📈Analyzing Bubble Levels (Price)

Speculate on pegged assets, multifold your earnings

Methodology

We analyzed multiple charts (datasets) from recent years to establish the appropriate price levels for stable coins, which are pegged at $1. Utilizing data from diverse sources pertaining to stable coins, we computed optimal strike prices and expiration dates for low, medium, and high-risk scenarios, incorporating a range of variables.

We conducted the following steps in our analysis:

1. Calculated standard deviations for USDC, DAI, USDT, and FEI.

2. Identified daily deviations from the mean ($1), excluding outliers.

3. Analyzed the frequency of breaches in variance thresholds at different indicators (e.g., 10bp, 20bp, 30bp, etc.).

4. Determined optimal strike prices that strike a balance among the interests of all stakeholders.

In the current system, each stable coin is associated with three strike levels:

1. Faty Risk Strike: Anticipating a breach every three months.

2. Smart Risk Strike: Expecting a breach every 18 months.

3. Low Risk Strike: Representing rare, black swan events.

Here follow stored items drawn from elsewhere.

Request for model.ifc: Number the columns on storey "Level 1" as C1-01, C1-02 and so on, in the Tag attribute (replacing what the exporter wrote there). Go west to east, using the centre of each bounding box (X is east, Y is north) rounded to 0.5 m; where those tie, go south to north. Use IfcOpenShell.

First a look at what the model holds.

```python
import ifcopenshell
import ifcopenshell.util.element
import ifcopenshell.util.placement

model = ifcopenshell.open("model.ifc")
print(model.schema)
storey = next(s for s in model.by_type("IfcBuildingStorey") if s.Name == "Level 1")
columns = [e for e in ifcopenshell.util.element.get_decomposition(storey) if e.is_a("IfcColumn")]
for e in sorted(columns, key=lambda e: e.id()):
    origin = ifcopenshell.util.placement.get_local_placement(e.ObjectPlacement)[:3, 3]
    print(e.id(), e.Tag, e.Name, origin.round(2) + 0.0, sep=" | ")
```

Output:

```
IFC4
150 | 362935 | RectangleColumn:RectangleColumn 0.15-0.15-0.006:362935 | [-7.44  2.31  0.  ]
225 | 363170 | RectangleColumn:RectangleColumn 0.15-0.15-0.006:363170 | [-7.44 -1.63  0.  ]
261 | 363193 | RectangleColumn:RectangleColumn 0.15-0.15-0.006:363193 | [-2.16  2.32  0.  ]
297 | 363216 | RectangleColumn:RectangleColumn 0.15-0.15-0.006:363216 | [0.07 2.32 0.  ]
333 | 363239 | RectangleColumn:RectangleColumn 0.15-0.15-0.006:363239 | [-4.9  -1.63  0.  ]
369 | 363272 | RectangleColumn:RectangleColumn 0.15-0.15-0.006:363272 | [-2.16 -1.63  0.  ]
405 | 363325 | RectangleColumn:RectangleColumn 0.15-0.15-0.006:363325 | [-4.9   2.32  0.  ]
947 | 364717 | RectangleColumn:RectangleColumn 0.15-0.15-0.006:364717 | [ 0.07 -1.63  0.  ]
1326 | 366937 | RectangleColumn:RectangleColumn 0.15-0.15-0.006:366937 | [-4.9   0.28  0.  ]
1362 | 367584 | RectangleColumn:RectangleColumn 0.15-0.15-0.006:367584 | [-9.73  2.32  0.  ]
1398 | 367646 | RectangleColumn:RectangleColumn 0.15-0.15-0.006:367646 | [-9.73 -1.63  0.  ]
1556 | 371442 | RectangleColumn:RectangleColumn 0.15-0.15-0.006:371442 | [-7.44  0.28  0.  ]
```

```python
import ifcopenshell
import ifcopenshell.geom
import ifcopenshell.util.element
import ifcopenshell.util.shape

model = ifcopenshell.open("model.ifc")
settings = ifcopenshell.geom.settings()
settings.set("use-world-coords", True)


def centre(element):
    shape = ifcopenshell.geom.create_shape(settings, element)
    return ifcopenshell.util.shape.get_bbox_centroid(shape.geometry)


storey = next(s for s in model.by_type("IfcBuildingStorey") if s.Name == "Level 1")
columns = [e for e in ifcopenshell.util.element.get_decomposition(storey) if e.is_a("IfcColumn")]

# Insertion points can sit at a corner or the storey origin, so sort by the geometry (in metres).
centres = {e: centre(e) for e in columns}
columns.sort(key=lambda e: (round(centres[e][0] / 0.5), centres[e][1]))

for i, e in enumerate(columns, start=1):
    number = f"C1-{i:02d}"
    e.Tag = number
    print(e.id(), number)

model.write("model-out.ifc")
```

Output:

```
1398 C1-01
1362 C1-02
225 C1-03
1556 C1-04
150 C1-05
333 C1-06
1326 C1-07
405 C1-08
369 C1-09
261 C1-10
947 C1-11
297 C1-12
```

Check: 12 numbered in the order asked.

These strikes provide a balance between yield and security against unforeseen events during the stable coin's lifespan. To calculate these striking prices, we assume that price variations from $1 follow an independent and identically distributed (i.i.d) random variable pattern. You can find more details on the assumptions and statistical aspects in our technical whitepaper.

Strike Price Formula:

$$X_i=X(s_i)=|s_1-1|*10^4$$

where $s_i$ is the stable coin price at a given time $t_i$

It is well known that in times of mass de collateralization spirals, these variables become correlated, and the i.i.d assumption does not hold. To alleviate this restriction and ensure our data is accurately distributed, we assume that the discrete-time series of stable coin prices are sampled from a "continuous" (block-by-block) series $\hat{S}$.

$$s_i = \{\hat{s_j} \in \hat{S}|\smash{\displaystyle\max_{\hat{s_j}\in \hat{S}}} X_i \}$$

where we assume that any correlation spirals happen within each interval, $\Delta t=t_i-t_{i-1}$

Each strike $K_{k \in \{1,2,3\}}$ has an associated rate $r_k$, defined as the probability that the strike is breached within a given $\Delta t$. The rate is calculated using an indicator function from the discrete-time series $S=\cup s_i$, as

$$r_k =\sum_{i=1}^{n}\frac{\mathbb{1}_{X_i>K_k}}{n}$$

and can be used in a binomial distribution to find the probability $P_k$ of a particular strike being breached within a given month:

$$P_k= (1-r_k)^{d\times f}$$

where $f$ is the sampling frequency and $d$ is the number of days in a given epoch.

The equation above is solved for each $r_k$ on the interval $(0,1) \in \mathbb{R}$ given the desired values of $P_k$. This is done by using a variety of root-finding algorithms. Once $r_k$ is determined, the set of all $X_i$ can be iterated through for varying strikes until an appropriate $K$ is found. For the cases, $K_1$and $K_2$, each $P_k$, is $\frac{1}{3}$ and $\frac{1}{18}$, respectively.